Banks in Nigeria are likely to see a surge in bad loan component of their balance sheet by the end the current financial year due to continuous decrease in the capacity of their obligors to either service or repay their loans.

Findings reveal that the harsh operating environment aggravated by COVID-19 disruptions and foreign exchange liquidity crisis, among other factors, is taking a huge toll on the fortunes of most businesses in the country.

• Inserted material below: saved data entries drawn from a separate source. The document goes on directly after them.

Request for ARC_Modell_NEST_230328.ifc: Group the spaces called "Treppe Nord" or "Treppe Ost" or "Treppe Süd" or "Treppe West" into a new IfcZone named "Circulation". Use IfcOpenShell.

First a look at what the model holds.

```python
import ifcopenshell

model = ifcopenshell.open("ARC_Modell_NEST_230328.ifc")
print(model.schema)
seen = {}
for space in model.by_type("IfcSpace"):
    seen[space.LongName] = seen.get(space.LongName, 0) + 1
for name, count in sorted(seen.items(), key=str):
    print(count, "x", name)
print("zones:", [z.Name for z in model.by_type("IfcZone")][:20])
```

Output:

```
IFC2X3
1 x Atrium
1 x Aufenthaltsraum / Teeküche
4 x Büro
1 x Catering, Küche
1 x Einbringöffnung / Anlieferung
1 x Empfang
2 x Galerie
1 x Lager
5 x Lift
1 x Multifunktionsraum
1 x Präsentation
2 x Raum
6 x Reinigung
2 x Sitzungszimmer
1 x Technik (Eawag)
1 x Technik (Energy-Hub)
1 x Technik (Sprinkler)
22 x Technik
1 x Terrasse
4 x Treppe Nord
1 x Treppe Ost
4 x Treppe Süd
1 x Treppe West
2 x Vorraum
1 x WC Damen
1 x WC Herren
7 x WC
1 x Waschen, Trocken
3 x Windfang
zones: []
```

```python
import ifcopenshell
import ifcopenshell.api.group
import ifcopenshell.api.root

model = ifcopenshell.open("ARC_Modell_NEST_230328.ifc")

names = {"Treppe Nord", "Treppe Ost", "Treppe Süd", "Treppe West"}
spaces = [s for s in model.by_type("IfcSpace") if s.LongName in names]

zone = ifcopenshell.api.root.create_entity(model, ifc_class="IfcZone", name="Circulation")
ifcopenshell.api.group.assign_group(model, products=spaces, group=zone)
print(len(spaces), "spaces in", zone.Name)

model.write("ARC_Modell_NEST_230328_updated.ifc")
```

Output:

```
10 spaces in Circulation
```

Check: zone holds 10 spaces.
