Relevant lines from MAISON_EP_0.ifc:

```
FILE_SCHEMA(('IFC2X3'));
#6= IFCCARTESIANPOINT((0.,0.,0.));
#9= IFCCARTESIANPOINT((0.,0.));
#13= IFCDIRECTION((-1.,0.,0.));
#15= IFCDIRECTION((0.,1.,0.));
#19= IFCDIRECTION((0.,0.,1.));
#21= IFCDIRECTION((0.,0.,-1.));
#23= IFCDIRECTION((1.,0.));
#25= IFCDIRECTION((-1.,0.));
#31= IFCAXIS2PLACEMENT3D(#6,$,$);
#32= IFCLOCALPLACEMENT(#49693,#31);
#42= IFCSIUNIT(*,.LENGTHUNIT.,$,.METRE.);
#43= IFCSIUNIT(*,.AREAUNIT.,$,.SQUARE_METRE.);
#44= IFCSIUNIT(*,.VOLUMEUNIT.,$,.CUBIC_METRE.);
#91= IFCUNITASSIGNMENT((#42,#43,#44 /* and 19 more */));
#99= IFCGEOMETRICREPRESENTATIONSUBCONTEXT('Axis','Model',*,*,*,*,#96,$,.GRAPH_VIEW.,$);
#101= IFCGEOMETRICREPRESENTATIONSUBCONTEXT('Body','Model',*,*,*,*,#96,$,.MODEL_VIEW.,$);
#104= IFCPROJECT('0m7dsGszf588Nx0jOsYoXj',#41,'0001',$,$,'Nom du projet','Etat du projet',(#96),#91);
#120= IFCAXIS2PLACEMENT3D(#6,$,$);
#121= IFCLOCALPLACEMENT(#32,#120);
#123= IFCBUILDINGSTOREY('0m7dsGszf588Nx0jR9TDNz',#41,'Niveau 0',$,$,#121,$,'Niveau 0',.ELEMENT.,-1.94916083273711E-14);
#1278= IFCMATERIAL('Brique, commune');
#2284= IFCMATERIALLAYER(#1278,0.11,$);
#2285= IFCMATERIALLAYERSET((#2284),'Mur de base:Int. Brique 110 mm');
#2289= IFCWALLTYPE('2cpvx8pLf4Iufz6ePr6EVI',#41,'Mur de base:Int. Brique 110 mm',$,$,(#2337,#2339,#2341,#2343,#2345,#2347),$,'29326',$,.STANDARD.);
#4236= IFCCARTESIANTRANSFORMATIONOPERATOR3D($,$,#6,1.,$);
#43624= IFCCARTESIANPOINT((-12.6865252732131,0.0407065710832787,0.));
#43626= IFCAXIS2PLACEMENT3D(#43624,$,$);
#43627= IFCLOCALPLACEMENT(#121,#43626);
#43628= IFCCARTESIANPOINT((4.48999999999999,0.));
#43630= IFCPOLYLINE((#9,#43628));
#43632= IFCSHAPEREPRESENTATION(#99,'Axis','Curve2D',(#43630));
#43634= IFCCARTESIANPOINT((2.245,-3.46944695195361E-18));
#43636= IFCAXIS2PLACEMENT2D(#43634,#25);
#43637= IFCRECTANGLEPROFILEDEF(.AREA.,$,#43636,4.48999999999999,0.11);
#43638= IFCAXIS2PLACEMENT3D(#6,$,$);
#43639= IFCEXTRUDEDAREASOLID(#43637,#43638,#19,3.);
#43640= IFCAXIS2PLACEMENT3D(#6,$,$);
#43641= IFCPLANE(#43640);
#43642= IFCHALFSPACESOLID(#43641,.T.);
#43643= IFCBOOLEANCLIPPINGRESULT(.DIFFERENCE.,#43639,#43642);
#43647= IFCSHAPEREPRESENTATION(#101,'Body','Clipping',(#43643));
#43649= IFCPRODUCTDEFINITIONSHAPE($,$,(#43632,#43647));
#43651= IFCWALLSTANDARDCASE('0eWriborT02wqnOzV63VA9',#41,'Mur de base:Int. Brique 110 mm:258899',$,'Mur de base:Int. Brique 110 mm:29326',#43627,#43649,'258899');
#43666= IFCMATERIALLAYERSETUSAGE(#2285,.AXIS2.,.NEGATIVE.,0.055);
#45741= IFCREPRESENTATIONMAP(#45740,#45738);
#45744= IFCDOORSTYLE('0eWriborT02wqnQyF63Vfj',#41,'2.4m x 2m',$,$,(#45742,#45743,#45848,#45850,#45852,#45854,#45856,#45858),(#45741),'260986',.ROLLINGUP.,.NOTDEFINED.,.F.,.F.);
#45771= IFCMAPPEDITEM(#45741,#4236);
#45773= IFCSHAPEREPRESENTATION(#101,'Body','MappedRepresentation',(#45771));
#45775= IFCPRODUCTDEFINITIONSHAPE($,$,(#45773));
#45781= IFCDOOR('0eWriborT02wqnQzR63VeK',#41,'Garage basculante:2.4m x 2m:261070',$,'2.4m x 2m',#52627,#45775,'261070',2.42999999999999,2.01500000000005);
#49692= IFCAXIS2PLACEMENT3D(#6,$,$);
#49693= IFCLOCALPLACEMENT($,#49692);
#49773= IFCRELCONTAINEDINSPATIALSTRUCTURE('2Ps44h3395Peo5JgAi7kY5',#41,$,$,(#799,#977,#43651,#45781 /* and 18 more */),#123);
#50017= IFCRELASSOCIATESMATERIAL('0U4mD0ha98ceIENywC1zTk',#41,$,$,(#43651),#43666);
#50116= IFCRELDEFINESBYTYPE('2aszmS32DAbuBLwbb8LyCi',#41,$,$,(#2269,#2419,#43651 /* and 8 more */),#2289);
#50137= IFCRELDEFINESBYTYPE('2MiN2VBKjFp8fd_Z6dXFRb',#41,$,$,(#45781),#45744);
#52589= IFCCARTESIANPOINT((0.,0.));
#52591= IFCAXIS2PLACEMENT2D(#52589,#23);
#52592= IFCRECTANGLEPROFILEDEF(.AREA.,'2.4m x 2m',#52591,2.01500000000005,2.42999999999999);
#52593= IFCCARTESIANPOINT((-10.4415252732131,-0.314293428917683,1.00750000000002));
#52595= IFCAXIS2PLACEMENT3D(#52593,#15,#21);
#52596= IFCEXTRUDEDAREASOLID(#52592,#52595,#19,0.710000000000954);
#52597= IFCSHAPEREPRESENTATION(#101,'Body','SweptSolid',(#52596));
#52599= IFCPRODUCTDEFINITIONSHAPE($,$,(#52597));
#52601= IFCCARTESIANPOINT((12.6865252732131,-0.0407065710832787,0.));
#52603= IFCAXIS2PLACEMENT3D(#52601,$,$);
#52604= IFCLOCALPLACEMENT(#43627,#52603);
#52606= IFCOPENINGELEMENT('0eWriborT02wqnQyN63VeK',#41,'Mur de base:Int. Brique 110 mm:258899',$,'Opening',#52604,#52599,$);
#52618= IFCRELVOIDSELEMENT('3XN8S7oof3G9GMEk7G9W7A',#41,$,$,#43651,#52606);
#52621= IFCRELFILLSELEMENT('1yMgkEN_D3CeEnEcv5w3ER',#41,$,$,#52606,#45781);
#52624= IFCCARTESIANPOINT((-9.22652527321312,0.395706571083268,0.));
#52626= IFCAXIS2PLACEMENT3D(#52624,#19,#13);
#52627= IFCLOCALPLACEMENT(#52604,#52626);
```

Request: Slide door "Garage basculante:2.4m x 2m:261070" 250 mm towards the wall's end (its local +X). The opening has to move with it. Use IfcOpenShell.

```python
import ifcopenshell
import ifcopenshell.api.geometry
import ifcopenshell.util.placement
import ifcopenshell.util.unit

model = ifcopenshell.open("MAISON_EP_0.ifc")
unit_scale = ifcopenshell.util.unit.calculate_unit_scale(model)

door = model.by_guid("0eWriborT02wqnQzR63VeK")
opening = door.FillsVoids[0].RelatingOpeningElement
wall = opening.VoidsElements[0].RelatingBuildingElement

wall_matrix = ifcopenshell.util.placement.get_local_placement(wall.ObjectPlacement)
shift = wall_matrix[:3, 0] * 0.25 / unit_scale
before = ifcopenshell.util.placement.get_local_placement(door.ObjectPlacement)[:3, 3].copy()

# The door is placed relative to its opening, so it follows when the opening moves.
matrix = ifcopenshell.util.placement.get_local_placement(opening.ObjectPlacement)
matrix[:3, 3] += shift
ifcopenshell.api.geometry.edit_object_placement(
    model, product=opening, matrix=matrix, is_si=False, should_transform_children=True
)

after = ifcopenshell.util.placement.get_local_placement(door.ObjectPlacement)[:3, 3]
print("door moved by", (after - before).round(3) + 0.0)

model.write("MAISON_EP_0_edited.ifc")
```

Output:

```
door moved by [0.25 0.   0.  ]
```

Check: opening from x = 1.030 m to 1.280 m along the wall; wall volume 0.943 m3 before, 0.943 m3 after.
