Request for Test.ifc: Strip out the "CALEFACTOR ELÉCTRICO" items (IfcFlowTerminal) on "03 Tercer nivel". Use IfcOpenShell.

First a look at what the model holds.

```python
import ifcopenshell
import ifcopenshell.util.element

model = ifcopenshell.open("Test.ifc")
print(model.schema)
storey = next(s for s in model.by_type("IfcBuildingStorey") if s.Name == "03 Tercer nivel")
terminals = [e for e in ifcopenshell.util.element.get_decomposition(storey) if e.is_a("IfcFlowTerminal")]
seen = {}
for e in terminals:
    element_type = ifcopenshell.util.element.get_type(e)
    name = element_type.Name if element_type not in (None, e) else None
    seen[name] = seen.get(name, 0) + 1
for name, count in sorted(seen.items(), key=str):
    print(count, "x", name)
```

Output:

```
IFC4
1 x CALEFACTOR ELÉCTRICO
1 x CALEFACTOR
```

```python
import ifcopenshell
import ifcopenshell.api.root
import ifcopenshell.util.element

model = ifcopenshell.open("Test.ifc")

storey = next(s for s in model.by_type("IfcBuildingStorey") if s.Name == "03 Tercer nivel")
terminals = [e for e in ifcopenshell.util.element.get_decomposition(storey) if e.is_a("IfcFlowTerminal")]
targets = [e for e in terminals if (t := ifcopenshell.util.element.get_type(e)) not in (None, e) and t.Name == "CALEFACTOR ELÉCTRICO"]

for e in targets:
    ifcopenshell.api.root.remove_product(model, product=e)
print(len(targets), "removed")

model.write("Test-out.ifc")
```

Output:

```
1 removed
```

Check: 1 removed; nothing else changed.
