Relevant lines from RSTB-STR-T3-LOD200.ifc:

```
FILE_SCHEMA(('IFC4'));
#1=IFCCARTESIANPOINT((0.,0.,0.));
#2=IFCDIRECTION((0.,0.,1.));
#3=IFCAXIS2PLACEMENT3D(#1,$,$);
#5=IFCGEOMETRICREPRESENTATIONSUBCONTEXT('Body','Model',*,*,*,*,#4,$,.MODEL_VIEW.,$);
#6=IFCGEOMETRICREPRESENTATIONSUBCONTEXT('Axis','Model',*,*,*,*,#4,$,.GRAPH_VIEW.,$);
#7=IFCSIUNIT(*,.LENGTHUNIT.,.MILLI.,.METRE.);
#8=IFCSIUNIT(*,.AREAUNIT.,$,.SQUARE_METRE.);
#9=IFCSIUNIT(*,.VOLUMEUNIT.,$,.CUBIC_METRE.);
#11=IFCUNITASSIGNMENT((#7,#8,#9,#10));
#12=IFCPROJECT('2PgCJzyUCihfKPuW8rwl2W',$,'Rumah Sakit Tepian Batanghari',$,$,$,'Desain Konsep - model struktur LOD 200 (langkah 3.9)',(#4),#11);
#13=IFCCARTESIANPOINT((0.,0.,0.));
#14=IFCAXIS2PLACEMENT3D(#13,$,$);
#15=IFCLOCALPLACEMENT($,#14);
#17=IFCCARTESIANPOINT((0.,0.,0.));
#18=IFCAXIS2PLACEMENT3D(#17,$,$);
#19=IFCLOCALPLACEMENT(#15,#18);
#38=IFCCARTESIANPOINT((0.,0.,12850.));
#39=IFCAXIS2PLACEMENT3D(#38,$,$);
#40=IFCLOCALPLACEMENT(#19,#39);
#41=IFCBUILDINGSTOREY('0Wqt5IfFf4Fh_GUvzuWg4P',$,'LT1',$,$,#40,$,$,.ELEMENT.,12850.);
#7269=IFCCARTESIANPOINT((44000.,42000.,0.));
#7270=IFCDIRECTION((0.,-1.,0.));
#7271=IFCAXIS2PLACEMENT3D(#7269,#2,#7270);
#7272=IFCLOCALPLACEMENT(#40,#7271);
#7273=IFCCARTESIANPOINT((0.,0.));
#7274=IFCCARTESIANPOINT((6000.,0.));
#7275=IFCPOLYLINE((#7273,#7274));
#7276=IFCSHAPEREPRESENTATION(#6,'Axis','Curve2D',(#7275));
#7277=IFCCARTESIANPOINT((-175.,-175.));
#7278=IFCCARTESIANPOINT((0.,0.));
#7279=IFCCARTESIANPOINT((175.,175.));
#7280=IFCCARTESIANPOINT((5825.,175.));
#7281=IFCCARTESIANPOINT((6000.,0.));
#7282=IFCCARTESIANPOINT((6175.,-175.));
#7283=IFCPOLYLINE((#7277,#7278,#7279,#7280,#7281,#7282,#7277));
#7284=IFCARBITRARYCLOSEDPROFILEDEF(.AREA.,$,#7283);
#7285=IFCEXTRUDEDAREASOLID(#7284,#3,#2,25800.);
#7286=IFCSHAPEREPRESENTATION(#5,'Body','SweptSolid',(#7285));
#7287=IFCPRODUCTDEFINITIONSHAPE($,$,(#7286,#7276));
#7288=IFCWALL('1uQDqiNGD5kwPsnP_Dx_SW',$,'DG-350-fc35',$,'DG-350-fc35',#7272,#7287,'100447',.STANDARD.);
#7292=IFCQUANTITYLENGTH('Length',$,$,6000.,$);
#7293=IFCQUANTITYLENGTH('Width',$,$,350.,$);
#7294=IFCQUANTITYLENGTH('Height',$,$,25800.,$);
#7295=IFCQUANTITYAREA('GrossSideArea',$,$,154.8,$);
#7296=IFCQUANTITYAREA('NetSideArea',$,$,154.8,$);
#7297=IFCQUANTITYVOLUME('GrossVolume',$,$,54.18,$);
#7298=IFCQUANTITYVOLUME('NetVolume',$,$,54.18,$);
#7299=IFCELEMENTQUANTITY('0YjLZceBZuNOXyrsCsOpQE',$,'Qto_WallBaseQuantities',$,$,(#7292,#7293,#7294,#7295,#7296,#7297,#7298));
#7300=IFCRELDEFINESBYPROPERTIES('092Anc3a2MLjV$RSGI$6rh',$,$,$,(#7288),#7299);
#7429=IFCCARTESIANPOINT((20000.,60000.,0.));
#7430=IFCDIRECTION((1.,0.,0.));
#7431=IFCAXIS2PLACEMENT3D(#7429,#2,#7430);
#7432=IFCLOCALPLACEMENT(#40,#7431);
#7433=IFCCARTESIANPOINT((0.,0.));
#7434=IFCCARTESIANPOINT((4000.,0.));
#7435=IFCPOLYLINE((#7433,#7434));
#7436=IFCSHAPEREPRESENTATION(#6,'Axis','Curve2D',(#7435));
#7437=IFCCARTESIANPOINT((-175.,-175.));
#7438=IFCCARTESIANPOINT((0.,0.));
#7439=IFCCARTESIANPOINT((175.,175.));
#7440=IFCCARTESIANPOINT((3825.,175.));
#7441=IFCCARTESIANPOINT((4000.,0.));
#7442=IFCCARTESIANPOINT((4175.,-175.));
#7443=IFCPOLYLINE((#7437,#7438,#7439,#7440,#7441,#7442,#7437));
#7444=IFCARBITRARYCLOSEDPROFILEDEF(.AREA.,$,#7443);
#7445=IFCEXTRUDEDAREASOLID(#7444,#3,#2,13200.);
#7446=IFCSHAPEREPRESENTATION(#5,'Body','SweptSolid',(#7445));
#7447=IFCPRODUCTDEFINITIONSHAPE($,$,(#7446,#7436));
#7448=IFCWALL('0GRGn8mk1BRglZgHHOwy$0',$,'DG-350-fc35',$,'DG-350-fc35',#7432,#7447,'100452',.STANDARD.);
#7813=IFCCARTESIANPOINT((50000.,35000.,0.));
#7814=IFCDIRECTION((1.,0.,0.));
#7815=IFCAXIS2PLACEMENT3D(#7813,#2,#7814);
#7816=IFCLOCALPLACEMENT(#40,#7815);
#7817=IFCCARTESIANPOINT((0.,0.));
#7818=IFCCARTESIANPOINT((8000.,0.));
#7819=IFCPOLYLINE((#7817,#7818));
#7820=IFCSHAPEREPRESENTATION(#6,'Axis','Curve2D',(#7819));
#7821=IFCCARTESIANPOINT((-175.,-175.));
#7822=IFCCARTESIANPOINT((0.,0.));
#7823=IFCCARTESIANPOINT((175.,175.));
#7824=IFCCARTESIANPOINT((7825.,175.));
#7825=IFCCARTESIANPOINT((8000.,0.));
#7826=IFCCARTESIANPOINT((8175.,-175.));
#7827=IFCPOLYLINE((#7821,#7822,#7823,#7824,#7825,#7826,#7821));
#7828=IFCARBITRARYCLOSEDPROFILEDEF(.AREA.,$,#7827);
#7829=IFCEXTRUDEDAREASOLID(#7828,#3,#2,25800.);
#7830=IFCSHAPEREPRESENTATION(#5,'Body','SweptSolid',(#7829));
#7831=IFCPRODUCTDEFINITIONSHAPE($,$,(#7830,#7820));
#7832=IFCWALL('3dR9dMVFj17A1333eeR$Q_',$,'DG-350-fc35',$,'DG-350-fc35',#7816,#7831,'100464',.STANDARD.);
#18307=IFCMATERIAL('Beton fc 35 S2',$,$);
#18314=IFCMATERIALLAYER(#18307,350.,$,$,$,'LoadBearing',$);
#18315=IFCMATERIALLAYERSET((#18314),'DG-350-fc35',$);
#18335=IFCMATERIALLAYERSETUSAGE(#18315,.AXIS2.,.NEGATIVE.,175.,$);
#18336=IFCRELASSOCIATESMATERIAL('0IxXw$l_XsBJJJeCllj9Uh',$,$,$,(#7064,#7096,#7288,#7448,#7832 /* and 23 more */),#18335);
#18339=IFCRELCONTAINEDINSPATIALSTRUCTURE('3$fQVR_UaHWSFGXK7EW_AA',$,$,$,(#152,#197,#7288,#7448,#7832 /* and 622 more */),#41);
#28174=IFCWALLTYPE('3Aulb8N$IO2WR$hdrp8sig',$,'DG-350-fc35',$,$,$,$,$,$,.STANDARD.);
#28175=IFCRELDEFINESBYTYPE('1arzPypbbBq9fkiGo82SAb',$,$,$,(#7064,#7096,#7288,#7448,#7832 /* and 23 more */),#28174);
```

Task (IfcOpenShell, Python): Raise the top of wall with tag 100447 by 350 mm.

```python
import ifcopenshell
import ifcopenshell.api.pset
import ifcopenshell.geom
import ifcopenshell.util.element
import ifcopenshell.util.representation
import ifcopenshell.util.shape
import ifcopenshell.util.unit

model = ifcopenshell.open("RSTB-STR-T3-LOD200.ifc")
unit_scale = ifcopenshell.util.unit.calculate_unit_scale(model)
area_scale = ifcopenshell.util.unit.calculate_unit_scale(model, "AREAUNIT")
volume_scale = ifcopenshell.util.unit.calculate_unit_scale(model, "VOLUMEUNIT")
settings = ifcopenshell.geom.settings()


def volume(element):
    """Net volume in cubic metres, openings subtracted."""
    shape = ifcopenshell.geom.create_shape(settings, element)
    return ifcopenshell.util.shape.get_volume(shape.geometry)


wall = model.by_guid("1uQDqiNGD5kwPsnP_Dx_SW")
before = volume(wall)

body = ifcopenshell.util.representation.get_representation(wall, "Model", "Body")
solid = body.Items[0]
old_height = solid.Depth
solid.Depth += 350.0
after = volume(wall)
thickness = 0.35  # wall thickness in metres

# Update the stored height, areas and volumes.
qto = model.by_id(ifcopenshell.util.element.get_pset(wall, "Qto_WallBaseQuantities", should_inherit=False)["id"])
ifcopenshell.api.pset.edit_qto(model, qto=qto, properties={
    "Height": solid.Depth,
    "GrossSideArea": ifcopenshell.util.element.get_pset(wall, "Qto_WallBaseQuantities", "GrossSideArea") * solid.Depth / old_height,
    "NetSideArea": after / thickness / area_scale,
    "GrossVolume": ifcopenshell.util.element.get_pset(wall, "Qto_WallBaseQuantities", "GrossVolume") * solid.Depth / old_height,
    "NetVolume": after / volume_scale,
})

print(f"height {old_height:g} -> {solid.Depth:g}, volume {before:.3f} -> {after:.3f} m3")

model.write("RSTB-STR-T3-LOD200_updated.ifc")
```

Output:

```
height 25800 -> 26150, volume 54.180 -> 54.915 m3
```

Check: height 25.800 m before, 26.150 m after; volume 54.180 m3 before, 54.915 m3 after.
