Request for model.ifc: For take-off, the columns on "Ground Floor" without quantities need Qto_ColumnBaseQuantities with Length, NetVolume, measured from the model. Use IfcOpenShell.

First a look at what the model holds.

```python
import ifcopenshell
import ifcopenshell.util.element
import ifcopenshell.util.unit

model = ifcopenshell.open("model.ifc")
print(model.schema)
for unit_type in ("LENGTHUNIT", "AREAUNIT", "VOLUMEUNIT"):
    print(unit_type, ifcopenshell.util.unit.calculate_unit_scale(model, unit_type))
storey = next(s for s in model.by_type("IfcBuildingStorey") if s.Name == "Ground Floor")
columns = [e for e in ifcopenshell.util.element.get_decomposition(storey) if e.is_a("IfcColumn")]
for e in sorted(columns, key=lambda e: e.id()):
    print(e.id(), e.is_a(), e.Name, list(ifcopenshell.util.element.get_psets(e, qtos_only=True)), sep=" | ")
```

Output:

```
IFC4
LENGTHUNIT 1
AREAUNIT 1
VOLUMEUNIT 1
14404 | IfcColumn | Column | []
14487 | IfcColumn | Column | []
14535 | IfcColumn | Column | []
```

```python
import ifcopenshell
import ifcopenshell.api.pset
import ifcopenshell.geom
import ifcopenshell.util.element
import ifcopenshell.util.shape
import ifcopenshell.util.unit

model = ifcopenshell.open("model.ifc")
unit_scale = ifcopenshell.util.unit.calculate_unit_scale(model)
volume_scale = ifcopenshell.util.unit.calculate_unit_scale(model, "VOLUMEUNIT")
settings = ifcopenshell.geom.settings()

storey = next(s for s in model.by_type("IfcBuildingStorey") if s.Name == "Ground Floor")
columns = [e for e in ifcopenshell.util.element.get_decomposition(storey) if e.is_a("IfcColumn")]

for e in sorted(columns, key=lambda e: e.id()):
    if ifcopenshell.util.element.get_psets(e, qtos_only=True, should_inherit=False):
        continue
    # Geometry comes back in metres, in the element's own axes.
    shape = ifcopenshell.geom.create_shape(settings, e)
    values = {
        "Length": ifcopenshell.util.shape.get_z(shape.geometry) / unit_scale,
        "NetVolume": ifcopenshell.util.shape.get_volume(shape.geometry) / volume_scale,
    }
    qto = ifcopenshell.api.pset.add_qto(model, product=e, name="Qto_ColumnBaseQuantities")
    ifcopenshell.api.pset.edit_qto(model, qto=qto, properties=values)
    print(e.id(), {k: round(v, 3) for k, v in values.items()})

model.write("model-out.ifc")
```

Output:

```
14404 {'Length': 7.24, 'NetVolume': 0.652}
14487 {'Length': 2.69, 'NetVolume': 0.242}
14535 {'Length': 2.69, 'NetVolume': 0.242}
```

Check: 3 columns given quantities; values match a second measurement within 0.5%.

The Non-Performing Loan (NPL) ratio measures the rate of bank loans that are either going bad because they are not being serviced adequately or have gone bad completely.

According to the financial reports of the banks released in April this year to the Nigeria Exchange Limited (NGX), five of the major banks in the country posted a whopping N683bn NPLs in the 2020 financial year.

The bad loans were linked to the downturn in the economy as a result of the COVID-19 pandemic and other factors.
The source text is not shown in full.